WHAT IS BEING ASKED ->
Only the number is needed: count the lines below that hold the string "IFCSHAPEREPRESENTATION".

(DATA SHOWN Opens)

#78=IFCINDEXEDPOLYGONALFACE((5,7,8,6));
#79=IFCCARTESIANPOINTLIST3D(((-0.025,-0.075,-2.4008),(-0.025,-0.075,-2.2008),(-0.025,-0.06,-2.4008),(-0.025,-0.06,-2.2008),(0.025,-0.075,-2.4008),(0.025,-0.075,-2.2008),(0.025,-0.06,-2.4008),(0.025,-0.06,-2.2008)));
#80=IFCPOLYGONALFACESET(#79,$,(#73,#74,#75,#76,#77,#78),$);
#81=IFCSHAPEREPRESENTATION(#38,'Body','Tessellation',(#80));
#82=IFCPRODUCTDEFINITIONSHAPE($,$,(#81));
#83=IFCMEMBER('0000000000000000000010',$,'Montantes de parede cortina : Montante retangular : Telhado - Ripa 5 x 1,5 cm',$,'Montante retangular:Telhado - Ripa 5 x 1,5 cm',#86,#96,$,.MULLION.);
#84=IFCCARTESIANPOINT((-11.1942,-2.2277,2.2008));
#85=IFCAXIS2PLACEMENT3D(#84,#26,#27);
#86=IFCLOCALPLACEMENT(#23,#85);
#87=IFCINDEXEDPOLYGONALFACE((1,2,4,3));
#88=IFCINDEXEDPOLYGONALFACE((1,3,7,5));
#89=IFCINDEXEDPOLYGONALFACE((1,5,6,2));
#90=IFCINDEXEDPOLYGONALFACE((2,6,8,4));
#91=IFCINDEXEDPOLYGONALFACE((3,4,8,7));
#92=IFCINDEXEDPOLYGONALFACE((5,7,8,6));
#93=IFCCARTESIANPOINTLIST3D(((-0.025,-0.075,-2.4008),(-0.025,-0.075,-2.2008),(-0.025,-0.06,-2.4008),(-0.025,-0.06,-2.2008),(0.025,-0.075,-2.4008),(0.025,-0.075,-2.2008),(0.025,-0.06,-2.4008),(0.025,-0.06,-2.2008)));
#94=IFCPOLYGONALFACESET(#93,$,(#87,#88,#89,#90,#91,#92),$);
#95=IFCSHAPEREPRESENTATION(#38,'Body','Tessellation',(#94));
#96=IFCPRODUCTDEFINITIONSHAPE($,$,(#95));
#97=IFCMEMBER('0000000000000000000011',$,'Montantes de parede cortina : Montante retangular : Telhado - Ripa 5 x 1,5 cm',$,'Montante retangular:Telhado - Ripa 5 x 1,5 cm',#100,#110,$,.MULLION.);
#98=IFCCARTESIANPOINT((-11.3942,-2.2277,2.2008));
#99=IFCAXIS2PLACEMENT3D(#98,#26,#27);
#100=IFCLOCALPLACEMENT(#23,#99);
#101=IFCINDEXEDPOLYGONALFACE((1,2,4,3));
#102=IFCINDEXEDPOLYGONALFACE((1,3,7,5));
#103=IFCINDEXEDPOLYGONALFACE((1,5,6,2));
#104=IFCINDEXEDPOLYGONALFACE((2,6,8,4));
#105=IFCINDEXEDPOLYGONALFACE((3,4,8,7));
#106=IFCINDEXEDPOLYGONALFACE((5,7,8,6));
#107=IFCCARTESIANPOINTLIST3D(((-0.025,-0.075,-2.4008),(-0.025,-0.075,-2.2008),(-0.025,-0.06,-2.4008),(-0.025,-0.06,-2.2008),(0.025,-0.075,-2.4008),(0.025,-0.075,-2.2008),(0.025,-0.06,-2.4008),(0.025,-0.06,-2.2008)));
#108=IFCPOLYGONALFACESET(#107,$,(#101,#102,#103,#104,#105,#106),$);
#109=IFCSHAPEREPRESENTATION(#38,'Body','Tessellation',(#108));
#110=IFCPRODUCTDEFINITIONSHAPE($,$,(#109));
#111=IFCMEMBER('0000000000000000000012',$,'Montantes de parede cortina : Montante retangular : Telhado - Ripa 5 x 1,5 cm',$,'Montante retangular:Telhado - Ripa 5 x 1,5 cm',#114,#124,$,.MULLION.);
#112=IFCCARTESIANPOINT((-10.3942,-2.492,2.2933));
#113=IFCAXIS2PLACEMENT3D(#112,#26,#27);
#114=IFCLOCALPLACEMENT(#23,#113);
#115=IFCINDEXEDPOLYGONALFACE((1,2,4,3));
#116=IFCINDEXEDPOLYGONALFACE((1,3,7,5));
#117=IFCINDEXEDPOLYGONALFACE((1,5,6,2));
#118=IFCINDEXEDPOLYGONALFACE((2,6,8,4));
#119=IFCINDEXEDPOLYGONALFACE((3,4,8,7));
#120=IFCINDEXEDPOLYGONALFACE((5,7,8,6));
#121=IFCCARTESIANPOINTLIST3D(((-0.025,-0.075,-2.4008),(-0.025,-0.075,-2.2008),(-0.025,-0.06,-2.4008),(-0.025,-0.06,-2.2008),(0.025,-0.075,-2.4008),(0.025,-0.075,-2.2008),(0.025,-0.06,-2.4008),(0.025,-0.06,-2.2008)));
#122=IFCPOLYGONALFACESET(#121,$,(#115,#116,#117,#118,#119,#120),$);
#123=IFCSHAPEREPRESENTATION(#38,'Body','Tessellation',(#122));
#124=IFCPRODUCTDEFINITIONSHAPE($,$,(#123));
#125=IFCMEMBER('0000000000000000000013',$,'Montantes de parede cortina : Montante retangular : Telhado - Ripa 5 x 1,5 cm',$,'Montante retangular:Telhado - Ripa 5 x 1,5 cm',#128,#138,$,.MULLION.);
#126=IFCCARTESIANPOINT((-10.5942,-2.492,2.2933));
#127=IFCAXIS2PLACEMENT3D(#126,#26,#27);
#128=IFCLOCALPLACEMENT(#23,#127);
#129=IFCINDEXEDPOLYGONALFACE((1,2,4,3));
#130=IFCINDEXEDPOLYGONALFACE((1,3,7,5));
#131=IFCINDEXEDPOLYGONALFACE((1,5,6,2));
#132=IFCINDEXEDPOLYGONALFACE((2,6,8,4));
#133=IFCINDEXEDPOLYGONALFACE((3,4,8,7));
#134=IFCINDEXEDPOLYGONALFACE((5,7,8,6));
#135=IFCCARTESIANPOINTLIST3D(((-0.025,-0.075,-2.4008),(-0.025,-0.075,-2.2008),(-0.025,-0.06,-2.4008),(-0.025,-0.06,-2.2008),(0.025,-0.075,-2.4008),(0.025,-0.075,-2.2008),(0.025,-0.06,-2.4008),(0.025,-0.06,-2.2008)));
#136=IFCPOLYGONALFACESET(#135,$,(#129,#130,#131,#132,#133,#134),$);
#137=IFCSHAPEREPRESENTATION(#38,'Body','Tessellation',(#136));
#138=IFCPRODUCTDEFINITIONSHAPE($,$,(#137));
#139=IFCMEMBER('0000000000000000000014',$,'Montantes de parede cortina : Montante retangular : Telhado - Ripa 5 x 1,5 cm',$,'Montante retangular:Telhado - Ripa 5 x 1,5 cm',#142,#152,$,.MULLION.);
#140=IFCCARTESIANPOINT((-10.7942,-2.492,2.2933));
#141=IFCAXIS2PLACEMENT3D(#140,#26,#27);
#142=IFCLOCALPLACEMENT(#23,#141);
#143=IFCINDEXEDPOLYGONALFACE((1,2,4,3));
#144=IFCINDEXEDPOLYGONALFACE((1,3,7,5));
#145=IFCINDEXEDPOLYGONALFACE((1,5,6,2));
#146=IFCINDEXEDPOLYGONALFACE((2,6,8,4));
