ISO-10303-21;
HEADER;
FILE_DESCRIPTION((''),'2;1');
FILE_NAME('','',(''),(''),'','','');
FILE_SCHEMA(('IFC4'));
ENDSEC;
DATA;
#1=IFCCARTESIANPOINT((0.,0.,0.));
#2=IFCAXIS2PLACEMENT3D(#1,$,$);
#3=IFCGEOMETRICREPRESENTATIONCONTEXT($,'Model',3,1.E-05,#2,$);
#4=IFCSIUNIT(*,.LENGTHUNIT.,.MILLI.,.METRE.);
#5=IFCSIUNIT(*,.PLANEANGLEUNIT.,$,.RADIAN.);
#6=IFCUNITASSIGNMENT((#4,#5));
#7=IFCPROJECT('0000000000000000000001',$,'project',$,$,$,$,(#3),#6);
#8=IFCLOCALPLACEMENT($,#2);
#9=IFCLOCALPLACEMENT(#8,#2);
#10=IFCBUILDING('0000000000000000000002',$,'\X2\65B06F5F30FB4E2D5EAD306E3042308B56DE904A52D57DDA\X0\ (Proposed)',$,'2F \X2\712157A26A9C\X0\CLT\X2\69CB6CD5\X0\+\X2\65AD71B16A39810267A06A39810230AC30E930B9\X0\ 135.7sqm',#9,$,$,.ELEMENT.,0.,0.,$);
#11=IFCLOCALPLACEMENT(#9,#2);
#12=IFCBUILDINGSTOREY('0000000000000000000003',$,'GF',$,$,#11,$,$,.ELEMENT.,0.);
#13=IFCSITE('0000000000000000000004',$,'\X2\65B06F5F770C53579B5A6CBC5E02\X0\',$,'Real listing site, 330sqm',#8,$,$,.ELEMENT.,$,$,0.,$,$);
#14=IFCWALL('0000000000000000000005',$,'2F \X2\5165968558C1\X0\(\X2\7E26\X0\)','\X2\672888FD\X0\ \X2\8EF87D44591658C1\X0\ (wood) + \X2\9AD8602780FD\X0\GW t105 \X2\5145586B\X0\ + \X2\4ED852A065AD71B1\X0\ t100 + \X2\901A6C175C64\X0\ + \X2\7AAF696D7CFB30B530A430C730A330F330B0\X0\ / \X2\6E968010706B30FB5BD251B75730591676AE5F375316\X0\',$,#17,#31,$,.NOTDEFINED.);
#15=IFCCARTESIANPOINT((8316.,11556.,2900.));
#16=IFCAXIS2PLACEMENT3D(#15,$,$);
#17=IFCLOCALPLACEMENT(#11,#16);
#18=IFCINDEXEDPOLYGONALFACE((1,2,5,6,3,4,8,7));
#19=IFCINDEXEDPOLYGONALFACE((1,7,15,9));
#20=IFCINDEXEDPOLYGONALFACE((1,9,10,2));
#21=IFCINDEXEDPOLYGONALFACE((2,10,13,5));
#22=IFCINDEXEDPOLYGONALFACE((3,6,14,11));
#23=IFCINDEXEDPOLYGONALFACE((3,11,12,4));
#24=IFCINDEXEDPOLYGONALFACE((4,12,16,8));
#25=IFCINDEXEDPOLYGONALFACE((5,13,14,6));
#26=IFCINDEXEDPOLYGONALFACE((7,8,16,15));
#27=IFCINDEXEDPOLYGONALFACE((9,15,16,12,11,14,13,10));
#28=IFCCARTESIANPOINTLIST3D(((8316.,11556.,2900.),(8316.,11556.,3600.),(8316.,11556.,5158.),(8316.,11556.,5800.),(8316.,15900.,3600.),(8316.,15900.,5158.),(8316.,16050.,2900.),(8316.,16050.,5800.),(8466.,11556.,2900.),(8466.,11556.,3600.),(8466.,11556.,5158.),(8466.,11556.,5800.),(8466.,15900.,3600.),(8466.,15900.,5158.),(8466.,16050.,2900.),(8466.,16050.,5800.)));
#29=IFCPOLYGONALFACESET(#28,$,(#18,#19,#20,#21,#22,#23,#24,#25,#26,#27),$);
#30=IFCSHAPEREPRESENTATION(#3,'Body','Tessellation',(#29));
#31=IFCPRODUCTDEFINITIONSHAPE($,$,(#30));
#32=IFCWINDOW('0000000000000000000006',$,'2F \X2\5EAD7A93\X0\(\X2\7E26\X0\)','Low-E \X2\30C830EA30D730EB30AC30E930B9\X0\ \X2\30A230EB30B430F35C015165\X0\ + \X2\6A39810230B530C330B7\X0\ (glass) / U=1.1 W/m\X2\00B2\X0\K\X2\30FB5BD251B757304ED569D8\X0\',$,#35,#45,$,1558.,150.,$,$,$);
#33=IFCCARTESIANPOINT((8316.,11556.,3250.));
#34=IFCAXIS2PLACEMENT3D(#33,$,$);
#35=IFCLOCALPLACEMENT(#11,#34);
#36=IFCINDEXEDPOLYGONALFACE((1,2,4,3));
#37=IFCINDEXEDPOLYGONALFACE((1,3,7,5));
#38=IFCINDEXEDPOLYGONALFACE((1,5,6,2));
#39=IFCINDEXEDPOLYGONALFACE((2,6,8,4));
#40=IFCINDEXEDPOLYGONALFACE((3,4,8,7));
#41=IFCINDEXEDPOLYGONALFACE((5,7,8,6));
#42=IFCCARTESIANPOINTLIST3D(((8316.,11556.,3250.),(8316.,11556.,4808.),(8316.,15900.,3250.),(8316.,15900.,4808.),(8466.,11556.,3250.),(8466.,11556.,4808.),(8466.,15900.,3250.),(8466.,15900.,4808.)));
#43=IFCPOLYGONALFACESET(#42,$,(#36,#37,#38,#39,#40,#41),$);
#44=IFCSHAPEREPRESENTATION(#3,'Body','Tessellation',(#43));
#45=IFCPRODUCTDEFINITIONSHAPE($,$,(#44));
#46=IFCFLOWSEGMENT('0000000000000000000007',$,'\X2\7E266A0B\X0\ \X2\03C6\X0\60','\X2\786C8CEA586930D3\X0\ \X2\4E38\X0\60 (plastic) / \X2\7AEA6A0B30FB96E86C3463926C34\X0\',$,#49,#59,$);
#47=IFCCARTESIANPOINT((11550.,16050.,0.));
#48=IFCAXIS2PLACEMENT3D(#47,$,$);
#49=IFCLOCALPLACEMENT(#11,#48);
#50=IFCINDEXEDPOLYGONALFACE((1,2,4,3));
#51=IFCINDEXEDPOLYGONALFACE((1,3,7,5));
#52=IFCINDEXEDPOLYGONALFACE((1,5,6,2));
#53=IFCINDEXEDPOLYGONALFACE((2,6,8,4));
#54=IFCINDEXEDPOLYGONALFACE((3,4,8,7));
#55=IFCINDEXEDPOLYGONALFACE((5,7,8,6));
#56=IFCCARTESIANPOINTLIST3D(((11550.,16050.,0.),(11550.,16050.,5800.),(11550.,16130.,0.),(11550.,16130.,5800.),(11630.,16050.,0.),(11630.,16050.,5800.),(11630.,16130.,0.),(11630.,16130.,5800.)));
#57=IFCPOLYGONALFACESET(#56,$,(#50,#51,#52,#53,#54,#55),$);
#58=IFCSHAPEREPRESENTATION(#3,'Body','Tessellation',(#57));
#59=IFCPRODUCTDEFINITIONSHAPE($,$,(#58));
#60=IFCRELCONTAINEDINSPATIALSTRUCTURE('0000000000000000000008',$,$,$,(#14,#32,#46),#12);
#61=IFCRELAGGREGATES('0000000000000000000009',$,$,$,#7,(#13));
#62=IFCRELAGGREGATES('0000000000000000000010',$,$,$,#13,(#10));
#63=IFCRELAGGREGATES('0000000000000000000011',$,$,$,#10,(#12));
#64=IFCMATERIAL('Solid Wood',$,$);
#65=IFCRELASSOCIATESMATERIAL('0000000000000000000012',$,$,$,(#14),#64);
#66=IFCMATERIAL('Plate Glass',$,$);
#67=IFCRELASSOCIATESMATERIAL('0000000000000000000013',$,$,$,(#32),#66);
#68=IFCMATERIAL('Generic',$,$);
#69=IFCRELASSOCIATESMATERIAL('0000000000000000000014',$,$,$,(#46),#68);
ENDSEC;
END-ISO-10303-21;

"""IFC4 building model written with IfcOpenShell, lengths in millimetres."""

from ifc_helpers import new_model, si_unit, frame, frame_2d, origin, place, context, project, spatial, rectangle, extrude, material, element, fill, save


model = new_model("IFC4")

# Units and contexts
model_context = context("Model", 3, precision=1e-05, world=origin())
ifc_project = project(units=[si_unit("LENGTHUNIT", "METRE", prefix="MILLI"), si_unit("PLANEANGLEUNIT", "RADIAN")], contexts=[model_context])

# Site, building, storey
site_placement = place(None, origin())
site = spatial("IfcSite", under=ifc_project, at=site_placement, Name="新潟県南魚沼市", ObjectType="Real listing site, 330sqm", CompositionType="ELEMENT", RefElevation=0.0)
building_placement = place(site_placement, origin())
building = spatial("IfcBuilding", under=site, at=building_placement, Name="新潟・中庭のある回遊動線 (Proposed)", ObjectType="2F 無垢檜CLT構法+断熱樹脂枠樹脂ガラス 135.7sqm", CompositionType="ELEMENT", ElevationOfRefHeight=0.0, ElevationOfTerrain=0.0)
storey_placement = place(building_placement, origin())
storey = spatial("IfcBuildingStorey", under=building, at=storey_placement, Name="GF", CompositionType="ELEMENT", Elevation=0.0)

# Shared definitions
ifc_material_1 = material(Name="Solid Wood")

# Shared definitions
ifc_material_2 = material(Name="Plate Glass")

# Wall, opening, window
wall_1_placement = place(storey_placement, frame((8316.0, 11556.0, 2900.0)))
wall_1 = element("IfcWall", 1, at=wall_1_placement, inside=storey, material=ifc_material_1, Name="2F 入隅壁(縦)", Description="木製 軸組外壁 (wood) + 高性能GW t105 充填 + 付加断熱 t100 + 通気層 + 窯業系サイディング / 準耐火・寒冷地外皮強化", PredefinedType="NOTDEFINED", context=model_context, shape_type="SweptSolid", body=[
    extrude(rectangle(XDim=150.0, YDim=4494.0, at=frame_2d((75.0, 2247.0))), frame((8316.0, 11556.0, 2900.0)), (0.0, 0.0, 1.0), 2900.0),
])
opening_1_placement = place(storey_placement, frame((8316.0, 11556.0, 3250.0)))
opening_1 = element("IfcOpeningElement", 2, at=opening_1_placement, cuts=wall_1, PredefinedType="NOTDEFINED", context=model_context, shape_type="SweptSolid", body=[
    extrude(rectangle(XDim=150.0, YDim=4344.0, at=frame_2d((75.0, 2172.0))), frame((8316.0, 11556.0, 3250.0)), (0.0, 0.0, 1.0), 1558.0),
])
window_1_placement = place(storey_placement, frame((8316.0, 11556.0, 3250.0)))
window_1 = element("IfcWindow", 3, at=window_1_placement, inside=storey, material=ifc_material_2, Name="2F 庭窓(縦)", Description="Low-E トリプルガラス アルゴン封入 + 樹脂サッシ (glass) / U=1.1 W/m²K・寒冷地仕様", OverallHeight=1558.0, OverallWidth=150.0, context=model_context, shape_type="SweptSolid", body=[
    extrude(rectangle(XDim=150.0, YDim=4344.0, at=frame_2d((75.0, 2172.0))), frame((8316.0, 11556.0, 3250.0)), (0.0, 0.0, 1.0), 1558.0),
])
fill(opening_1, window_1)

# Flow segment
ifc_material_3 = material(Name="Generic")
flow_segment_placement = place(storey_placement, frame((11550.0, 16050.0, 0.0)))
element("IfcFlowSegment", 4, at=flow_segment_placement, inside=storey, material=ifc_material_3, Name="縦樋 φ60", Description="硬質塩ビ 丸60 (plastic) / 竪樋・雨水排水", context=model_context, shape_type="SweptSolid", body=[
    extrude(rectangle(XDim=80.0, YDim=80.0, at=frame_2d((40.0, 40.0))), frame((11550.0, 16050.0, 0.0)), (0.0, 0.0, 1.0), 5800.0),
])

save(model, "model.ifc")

(DATA SHOWN Closes)

WRITTEN SOLUTION ->
8